| Task statement |
Report, as a single number, how many lines of the records contain the word "IFCOPENINGELEMENT".

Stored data
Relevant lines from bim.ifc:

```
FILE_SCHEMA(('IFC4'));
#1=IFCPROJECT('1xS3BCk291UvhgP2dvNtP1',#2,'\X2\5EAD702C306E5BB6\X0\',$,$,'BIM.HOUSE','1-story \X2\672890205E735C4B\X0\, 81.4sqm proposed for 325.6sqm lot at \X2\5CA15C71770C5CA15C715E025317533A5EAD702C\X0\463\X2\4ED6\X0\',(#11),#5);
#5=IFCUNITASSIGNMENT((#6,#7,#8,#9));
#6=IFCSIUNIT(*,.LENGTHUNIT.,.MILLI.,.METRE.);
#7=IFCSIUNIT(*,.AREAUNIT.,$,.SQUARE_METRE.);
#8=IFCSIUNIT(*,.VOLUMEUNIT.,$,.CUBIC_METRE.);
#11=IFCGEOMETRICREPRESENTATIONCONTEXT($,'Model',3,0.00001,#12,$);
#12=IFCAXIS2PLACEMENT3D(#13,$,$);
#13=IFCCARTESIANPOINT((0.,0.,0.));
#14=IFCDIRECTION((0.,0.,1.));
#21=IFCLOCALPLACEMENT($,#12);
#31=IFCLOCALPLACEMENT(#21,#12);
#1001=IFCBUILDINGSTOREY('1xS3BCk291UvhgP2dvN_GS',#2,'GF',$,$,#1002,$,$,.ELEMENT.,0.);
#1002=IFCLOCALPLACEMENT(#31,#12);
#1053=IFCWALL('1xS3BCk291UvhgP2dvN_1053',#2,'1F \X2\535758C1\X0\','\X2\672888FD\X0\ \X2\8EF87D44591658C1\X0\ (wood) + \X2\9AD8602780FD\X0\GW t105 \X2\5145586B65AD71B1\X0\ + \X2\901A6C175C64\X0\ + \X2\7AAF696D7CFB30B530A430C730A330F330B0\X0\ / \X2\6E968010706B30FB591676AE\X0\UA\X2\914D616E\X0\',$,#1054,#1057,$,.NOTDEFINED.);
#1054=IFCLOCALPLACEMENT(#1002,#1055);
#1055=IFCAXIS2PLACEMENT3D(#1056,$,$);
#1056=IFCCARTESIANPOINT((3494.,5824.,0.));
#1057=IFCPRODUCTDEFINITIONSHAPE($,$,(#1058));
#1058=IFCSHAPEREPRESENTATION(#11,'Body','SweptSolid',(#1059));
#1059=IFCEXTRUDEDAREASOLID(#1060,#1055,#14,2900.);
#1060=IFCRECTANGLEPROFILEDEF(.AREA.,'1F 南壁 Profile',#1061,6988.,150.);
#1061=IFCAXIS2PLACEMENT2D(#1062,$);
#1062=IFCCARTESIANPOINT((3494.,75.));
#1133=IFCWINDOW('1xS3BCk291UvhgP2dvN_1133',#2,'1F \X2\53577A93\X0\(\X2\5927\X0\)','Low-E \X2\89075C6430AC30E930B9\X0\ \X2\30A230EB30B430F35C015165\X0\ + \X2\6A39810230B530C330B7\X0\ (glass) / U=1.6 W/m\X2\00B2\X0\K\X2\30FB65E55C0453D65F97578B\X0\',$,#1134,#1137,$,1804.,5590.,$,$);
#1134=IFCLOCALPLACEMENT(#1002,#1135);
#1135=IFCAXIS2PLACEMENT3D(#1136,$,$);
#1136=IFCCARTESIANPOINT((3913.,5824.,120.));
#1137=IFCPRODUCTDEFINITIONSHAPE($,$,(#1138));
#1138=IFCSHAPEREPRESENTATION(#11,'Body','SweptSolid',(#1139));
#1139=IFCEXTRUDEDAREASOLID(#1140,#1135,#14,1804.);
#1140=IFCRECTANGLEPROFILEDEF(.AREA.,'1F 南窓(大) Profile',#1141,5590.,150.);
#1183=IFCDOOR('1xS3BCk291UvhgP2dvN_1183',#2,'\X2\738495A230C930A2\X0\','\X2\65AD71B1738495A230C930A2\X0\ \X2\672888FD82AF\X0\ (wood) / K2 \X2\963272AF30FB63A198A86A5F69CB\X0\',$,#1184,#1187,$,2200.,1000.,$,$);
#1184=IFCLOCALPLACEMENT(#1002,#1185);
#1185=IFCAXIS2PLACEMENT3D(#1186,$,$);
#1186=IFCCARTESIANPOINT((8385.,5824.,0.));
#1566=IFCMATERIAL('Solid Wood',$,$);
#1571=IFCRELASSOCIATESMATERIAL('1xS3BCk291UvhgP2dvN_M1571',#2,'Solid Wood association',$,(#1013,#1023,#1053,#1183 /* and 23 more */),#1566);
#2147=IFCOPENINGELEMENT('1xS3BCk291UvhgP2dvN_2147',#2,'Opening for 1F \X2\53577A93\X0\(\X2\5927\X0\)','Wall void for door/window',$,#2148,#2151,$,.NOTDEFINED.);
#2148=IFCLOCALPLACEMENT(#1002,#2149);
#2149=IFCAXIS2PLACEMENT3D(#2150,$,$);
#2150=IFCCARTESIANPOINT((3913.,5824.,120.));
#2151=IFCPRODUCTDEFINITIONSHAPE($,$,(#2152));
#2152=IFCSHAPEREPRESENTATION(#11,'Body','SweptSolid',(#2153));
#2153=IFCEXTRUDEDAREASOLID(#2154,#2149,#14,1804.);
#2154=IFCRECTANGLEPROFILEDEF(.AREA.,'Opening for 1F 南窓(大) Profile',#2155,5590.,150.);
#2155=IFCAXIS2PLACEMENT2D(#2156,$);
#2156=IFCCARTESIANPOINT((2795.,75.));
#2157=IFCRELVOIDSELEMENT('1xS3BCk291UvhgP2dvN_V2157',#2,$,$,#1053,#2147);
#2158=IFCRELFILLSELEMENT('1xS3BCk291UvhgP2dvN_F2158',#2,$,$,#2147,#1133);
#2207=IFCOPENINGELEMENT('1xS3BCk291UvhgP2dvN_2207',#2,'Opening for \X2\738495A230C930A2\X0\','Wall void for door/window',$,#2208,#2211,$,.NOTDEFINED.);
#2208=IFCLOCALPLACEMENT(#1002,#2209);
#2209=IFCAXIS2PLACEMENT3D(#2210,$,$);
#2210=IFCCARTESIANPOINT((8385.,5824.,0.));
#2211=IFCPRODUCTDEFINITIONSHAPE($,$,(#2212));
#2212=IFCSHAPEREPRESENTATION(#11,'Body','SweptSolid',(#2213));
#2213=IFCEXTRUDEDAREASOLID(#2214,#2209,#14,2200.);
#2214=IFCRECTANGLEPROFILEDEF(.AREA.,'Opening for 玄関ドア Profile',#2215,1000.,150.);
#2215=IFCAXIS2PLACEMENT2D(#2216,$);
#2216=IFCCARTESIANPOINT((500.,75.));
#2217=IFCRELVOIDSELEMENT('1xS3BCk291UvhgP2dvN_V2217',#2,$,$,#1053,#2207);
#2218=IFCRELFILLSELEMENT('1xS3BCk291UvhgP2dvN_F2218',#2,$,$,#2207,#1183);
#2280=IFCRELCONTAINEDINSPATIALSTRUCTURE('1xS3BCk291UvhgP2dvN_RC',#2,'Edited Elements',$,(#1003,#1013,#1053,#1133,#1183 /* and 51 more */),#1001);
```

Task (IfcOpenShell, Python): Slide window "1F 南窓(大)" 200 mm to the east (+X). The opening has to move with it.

```python
import ifcopenshell
import ifcopenshell.api.geometry
import ifcopenshell.util.placement
import ifcopenshell.util.unit

model = ifcopenshell.open("bim.ifc")
unit_scale = ifcopenshell.util.unit.calculate_unit_scale(model)

window = model.by_guid("1xS3BCk291UvhgP2dvN_1133")
opening = window.FillsVoids[0].RelatingOpeningElement
wall = opening.VoidsElements[0].RelatingBuildingElement

wall_matrix = ifcopenshell.util.placement.get_local_placement(wall.ObjectPlacement)
shift = wall_matrix[:3, 0] * 0.2 / unit_scale
before = ifcopenshell.util.placement.get_local_placement(window.ObjectPlacement)[:3, 3].copy()

# The window is not placed relative to its opening, so move both.
for product in (opening, window):
    matrix = ifcopenshell.util.placement.get_local_placement(product.ObjectPlacement)
    matrix[:3, 3] += shift
    ifcopenshell.api.geometry.edit_object_placement(model, product=product, matrix=matrix, is_si=False)

after = ifcopenshell.util.placement.get_local_placement(window.ObjectPlacement)[:3, 3]
print("window moved by", (after - before).round(3) + 0.0)

model.write("bim_edited.ifc")
```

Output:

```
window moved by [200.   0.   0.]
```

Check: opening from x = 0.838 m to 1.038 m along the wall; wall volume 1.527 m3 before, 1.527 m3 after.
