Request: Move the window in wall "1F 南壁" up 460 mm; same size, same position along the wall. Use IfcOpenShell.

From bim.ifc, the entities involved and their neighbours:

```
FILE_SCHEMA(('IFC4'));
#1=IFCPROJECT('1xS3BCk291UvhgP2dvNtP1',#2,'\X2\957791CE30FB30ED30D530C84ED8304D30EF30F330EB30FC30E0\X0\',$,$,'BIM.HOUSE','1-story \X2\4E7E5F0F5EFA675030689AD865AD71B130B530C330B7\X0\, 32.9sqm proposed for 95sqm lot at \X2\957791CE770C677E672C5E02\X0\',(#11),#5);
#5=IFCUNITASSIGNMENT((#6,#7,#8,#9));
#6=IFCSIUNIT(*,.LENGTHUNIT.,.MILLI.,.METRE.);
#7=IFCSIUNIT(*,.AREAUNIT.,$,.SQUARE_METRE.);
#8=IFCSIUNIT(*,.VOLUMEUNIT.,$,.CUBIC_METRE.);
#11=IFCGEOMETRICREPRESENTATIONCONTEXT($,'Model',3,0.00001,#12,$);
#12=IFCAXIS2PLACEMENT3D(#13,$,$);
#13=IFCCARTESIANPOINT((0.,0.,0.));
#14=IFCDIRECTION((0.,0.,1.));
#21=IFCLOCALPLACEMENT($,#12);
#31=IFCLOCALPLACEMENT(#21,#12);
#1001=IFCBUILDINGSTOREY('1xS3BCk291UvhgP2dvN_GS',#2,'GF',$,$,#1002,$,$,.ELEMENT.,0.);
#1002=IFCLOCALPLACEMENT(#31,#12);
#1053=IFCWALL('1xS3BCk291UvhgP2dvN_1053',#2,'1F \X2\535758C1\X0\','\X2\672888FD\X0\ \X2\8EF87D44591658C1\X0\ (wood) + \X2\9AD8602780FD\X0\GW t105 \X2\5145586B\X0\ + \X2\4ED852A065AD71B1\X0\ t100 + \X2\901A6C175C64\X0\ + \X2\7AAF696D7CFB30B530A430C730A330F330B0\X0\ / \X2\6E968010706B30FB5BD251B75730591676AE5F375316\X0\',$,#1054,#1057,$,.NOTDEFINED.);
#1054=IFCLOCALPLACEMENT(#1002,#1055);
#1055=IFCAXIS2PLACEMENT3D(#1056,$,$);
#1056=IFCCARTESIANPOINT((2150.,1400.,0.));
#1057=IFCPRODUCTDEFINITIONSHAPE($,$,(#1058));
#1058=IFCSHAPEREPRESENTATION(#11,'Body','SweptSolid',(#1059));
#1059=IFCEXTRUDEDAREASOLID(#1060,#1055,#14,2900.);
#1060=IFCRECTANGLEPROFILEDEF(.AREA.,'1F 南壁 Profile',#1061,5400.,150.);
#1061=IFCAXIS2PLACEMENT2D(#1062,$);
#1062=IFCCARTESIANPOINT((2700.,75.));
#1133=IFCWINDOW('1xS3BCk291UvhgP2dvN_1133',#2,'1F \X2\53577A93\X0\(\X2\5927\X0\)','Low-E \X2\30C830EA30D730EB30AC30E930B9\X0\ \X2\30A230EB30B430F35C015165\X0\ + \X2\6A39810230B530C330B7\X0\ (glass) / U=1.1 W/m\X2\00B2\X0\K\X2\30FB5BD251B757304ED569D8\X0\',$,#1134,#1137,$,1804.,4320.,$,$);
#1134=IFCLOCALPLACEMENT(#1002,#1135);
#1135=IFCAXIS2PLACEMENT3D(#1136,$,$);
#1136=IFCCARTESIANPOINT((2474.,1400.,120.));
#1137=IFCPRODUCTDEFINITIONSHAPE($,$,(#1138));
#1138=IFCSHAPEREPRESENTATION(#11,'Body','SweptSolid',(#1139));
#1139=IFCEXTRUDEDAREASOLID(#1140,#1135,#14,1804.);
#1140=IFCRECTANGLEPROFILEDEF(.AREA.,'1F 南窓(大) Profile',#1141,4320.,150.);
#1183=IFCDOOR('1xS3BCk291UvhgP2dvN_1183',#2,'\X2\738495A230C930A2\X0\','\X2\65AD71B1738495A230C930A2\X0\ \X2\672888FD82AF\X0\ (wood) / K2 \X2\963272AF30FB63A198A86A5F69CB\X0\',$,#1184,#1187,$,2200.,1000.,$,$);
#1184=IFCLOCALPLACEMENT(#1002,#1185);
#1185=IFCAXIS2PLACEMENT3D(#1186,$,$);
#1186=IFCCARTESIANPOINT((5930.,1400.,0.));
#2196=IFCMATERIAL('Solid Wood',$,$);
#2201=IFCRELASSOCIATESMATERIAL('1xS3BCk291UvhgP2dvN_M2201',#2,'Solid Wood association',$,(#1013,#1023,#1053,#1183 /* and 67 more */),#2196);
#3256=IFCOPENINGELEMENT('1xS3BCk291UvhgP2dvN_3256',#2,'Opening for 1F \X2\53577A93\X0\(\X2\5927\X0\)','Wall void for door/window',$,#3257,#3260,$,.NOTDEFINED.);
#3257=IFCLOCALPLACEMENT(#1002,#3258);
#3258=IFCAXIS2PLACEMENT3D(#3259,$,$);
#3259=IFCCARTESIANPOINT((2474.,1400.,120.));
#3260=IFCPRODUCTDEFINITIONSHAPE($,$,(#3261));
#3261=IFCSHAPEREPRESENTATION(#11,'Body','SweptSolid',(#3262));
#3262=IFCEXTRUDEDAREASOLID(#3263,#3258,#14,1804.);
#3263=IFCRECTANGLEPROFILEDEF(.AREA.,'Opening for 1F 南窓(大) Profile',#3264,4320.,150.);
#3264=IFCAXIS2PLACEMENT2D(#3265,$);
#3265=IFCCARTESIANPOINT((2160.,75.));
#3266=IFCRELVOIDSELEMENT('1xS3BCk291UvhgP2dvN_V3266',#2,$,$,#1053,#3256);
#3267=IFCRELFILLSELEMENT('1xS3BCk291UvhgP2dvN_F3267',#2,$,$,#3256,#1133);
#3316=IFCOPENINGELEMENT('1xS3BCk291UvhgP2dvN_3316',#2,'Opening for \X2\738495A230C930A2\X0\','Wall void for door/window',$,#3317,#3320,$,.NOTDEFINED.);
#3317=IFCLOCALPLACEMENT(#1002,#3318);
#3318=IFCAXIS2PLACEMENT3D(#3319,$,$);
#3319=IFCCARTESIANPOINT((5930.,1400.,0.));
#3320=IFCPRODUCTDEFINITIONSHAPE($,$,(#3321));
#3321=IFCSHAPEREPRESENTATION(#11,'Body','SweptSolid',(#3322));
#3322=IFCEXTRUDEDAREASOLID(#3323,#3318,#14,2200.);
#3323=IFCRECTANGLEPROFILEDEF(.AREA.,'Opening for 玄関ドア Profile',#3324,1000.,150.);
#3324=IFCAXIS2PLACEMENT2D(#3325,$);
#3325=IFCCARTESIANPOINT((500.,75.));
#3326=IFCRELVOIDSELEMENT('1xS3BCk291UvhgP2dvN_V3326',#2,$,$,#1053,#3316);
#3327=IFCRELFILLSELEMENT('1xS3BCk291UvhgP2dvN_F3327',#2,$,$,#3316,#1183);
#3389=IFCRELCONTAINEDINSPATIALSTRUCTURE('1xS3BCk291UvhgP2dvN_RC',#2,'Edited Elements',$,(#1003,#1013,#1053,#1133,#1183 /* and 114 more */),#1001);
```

```python
import numpy as np
import ifcopenshell
import ifcopenshell.api.geometry
import ifcopenshell.util.placement
import ifcopenshell.util.unit

model = ifcopenshell.open("bim.ifc")
unit_scale = ifcopenshell.util.unit.calculate_unit_scale(model)

window = model.by_guid("1xS3BCk291UvhgP2dvN_1133")
opening = window.FillsVoids[0].RelatingOpeningElement
dz = 460.0

shift = np.array([0.0, 0.0, dz])
# The window is not placed relative to its opening, so move both.
for product in (opening, window):
    matrix = ifcopenshell.util.placement.get_local_placement(product.ObjectPlacement)
    matrix[:3, 3] += shift
    ifcopenshell.api.geometry.edit_object_placement(model, product=product, matrix=matrix, is_si=False)

print(f"moved by {dz * unit_scale:+.3f} m")

model.write("bim-out.ifc")
```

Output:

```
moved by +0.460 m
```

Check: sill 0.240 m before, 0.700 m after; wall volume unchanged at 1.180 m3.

| Written answer |
4